§ **Data**:
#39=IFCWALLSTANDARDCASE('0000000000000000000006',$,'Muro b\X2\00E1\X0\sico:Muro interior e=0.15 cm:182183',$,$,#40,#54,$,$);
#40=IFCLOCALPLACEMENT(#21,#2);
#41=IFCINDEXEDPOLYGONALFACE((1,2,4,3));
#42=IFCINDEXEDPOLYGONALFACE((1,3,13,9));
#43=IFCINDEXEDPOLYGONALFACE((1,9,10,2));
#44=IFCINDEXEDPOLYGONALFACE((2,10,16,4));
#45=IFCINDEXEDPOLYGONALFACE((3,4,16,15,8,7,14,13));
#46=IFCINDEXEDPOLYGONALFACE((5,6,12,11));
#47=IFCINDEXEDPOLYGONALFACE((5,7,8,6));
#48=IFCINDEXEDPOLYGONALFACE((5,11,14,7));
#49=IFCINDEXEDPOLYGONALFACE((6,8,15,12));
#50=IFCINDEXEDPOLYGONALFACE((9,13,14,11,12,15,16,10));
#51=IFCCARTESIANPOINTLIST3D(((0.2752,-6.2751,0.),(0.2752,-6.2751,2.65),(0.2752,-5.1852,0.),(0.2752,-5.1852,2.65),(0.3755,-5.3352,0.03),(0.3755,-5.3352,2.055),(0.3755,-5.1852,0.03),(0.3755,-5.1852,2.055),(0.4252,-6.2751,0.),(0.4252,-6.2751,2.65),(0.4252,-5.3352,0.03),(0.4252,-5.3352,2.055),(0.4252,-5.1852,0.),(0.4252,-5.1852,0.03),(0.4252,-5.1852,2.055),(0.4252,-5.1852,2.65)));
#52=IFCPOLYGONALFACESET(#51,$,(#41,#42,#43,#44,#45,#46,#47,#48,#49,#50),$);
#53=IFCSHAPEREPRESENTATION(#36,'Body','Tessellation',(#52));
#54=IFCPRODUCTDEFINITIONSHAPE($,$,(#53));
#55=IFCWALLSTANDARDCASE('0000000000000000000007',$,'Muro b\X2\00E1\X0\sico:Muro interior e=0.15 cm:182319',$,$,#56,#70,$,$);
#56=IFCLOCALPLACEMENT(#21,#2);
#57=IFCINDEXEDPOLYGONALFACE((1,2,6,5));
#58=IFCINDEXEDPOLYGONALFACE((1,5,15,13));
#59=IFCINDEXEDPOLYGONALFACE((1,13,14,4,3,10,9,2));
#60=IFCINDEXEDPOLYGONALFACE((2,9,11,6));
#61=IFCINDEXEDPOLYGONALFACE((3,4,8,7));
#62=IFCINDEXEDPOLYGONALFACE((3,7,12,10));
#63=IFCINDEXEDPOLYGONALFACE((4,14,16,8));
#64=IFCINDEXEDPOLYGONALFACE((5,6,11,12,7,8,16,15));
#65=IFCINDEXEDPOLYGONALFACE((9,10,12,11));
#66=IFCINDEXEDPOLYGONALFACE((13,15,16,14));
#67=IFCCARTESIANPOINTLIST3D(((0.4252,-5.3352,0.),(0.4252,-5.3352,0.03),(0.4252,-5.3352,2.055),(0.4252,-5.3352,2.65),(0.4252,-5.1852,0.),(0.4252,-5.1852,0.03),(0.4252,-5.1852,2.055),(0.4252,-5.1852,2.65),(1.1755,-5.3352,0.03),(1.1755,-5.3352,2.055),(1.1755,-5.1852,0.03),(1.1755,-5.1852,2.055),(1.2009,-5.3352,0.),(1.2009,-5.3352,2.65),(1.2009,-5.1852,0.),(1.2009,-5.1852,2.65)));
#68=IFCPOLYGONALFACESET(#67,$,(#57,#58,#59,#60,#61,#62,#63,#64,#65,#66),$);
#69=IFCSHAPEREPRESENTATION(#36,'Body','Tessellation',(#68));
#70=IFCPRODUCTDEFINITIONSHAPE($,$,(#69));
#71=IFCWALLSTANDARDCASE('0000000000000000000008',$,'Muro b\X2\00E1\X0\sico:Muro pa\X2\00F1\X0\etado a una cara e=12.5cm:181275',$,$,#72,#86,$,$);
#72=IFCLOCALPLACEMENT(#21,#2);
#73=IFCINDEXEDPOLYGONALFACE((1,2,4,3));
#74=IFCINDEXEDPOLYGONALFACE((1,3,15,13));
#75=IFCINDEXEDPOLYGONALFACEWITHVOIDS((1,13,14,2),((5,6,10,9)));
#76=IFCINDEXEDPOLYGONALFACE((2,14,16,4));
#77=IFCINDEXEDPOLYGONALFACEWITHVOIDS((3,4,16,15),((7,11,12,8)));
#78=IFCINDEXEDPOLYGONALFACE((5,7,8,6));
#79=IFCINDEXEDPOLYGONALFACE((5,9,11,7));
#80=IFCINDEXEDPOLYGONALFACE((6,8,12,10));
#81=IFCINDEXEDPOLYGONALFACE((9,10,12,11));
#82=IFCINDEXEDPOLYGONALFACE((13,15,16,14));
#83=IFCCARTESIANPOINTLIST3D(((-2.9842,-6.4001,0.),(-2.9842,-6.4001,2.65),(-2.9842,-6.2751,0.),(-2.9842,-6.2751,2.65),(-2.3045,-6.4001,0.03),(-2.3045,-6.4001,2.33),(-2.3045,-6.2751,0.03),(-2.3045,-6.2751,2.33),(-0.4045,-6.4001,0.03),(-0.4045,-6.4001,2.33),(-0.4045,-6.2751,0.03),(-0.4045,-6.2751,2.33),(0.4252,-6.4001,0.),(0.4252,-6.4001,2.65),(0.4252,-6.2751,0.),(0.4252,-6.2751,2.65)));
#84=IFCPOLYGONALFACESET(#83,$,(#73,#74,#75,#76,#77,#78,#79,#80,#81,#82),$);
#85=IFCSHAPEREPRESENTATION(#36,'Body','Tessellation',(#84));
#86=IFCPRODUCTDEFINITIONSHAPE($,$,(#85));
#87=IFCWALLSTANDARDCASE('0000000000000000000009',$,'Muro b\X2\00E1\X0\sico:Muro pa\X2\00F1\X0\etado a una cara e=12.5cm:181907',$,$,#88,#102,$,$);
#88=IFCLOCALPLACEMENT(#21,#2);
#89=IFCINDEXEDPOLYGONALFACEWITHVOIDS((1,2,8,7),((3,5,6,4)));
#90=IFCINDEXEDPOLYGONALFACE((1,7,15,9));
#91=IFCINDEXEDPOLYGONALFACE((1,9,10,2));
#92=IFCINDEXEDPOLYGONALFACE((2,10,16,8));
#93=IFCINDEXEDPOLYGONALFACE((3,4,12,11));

§ **Work order**: Write out exactly the lines above from the line with "#40=IFCLOCALPLACEMENT(#21,#2);" through the line with "#70=IFCPRODUCTDEFINITIONSHAPE($,$,(#69));", both of them included, and leave out all other lines.

§ **Answer section**:
#40=IFCLOCALPLACEMENT(#21,#2);
#41=IFCINDEXEDPOLYGONALFACE((1,2,4,3));
#42=IFCINDEXEDPOLYGONALFACE((1,3,13,9));
#43=IFCINDEXEDPOLYGONALFACE((1,9,10,2));
#44=IFCINDEXEDPOLYGONALFACE((2,10,16,4));
#45=IFCINDEXEDPOLYGONALFACE((3,4,16,15,8,7,14,13));
#46=IFCINDEXEDPOLYGONALFACE((5,6,12,11));
#47=IFCINDEXEDPOLYGONALFACE((5,7,8,6));
#48=IFCINDEXEDPOLYGONALFACE((5,11,14,7));
#49=IFCINDEXEDPOLYGONALFACE((6,8,15,12));
#50=IFCINDEXEDPOLYGONALFACE((9,13,14,11,12,15,16,10));
#51=IFCCARTESIANPOINTLIST3D(((0.2752,-6.2751,0.),(0.2752,-6.2751,2.65),(0.2752,-5.1852,0.),(0.2752,-5.1852,2.65),(0.3755,-5.3352,0.03),(0.3755,-5.3352,2.055),(0.3755,-5.1852,0.03),(0.3755,-5.1852,2.055),(0.4252,-6.2751,0.),(0.4252,-6.2751,2.65),(0.4252,-5.3352,0.03),(0.4252,-5.3352,2.055),(0.4252,-5.1852,0.),(0.4252,-5.1852,0.03),(0.4252,-5.1852,2.055),(0.4252,-5.1852,2.65)));
#52=IFCPOLYGONALFACESET(#51,$,(#41,#42,#43,#44,#45,#46,#47,#48,#49,#50),$);
#53=IFCSHAPEREPRESENTATION(#36,'Body','Tessellation',(#52));
#54=IFCPRODUCTDEFINITIONSHAPE($,$,(#53));
#55=IFCWALLSTANDARDCASE('0000000000000000000007',$,'Muro b\X2\00E1\X0\sico:Muro interior e=0.15 cm:182319',$,$,#56,#70,$,$);
#56=IFCLOCALPLACEMENT(#21,#2);
#57=IFCINDEXEDPOLYGONALFACE((1,2,6,5));
#58=IFCINDEXEDPOLYGONALFACE((1,5,15,13));
#59=IFCINDEXEDPOLYGONALFACE((1,13,14,4,3,10,9,2));
#60=IFCINDEXEDPOLYGONALFACE((2,9,11,6));
#61=IFCINDEXEDPOLYGONALFACE((3,4,8,7));
#62=IFCINDEXEDPOLYGONALFACE((3,7,12,10));
#63=IFCINDEXEDPOLYGONALFACE((4,14,16,8));
#64=IFCINDEXEDPOLYGONALFACE((5,6,11,12,7,8,16,15));
#65=IFCINDEXEDPOLYGONALFACE((9,10,12,11));
#66=IFCINDEXEDPOLYGONALFACE((13,15,16,14));
#67=IFCCARTESIANPOINTLIST3D(((0.4252,-5.3352,0.),(0.4252,-5.3352,0.03),(0.4252,-5.3352,2.055),(0.4252,-5.3352,2.65),(0.4252,-5.1852,0.),(0.4252,-5.1852,0.03),(0.4252,-5.1852,2.055),(0.4252,-5.1852,2.65),(1.1755,-5.3352,0.03),(1.1755,-5.3352,2.055),(1.1755,-5.1852,0.03),(1.1755,-5.1852,2.055),(1.2009,-5.3352,0.),(1.2009,-5.3352,2.65),(1.2009,-5.1852,0.),(1.2009,-5.1852,2.65)));
#68=IFCPOLYGONALFACESET(#67,$,(#57,#58,#59,#60,#61,#62,#63,#64,#65,#66),$);
#69=IFCSHAPEREPRESENTATION(#36,'Body','Tessellation',(#68));
#70=IFCPRODUCTDEFINITIONSHAPE($,$,(#69));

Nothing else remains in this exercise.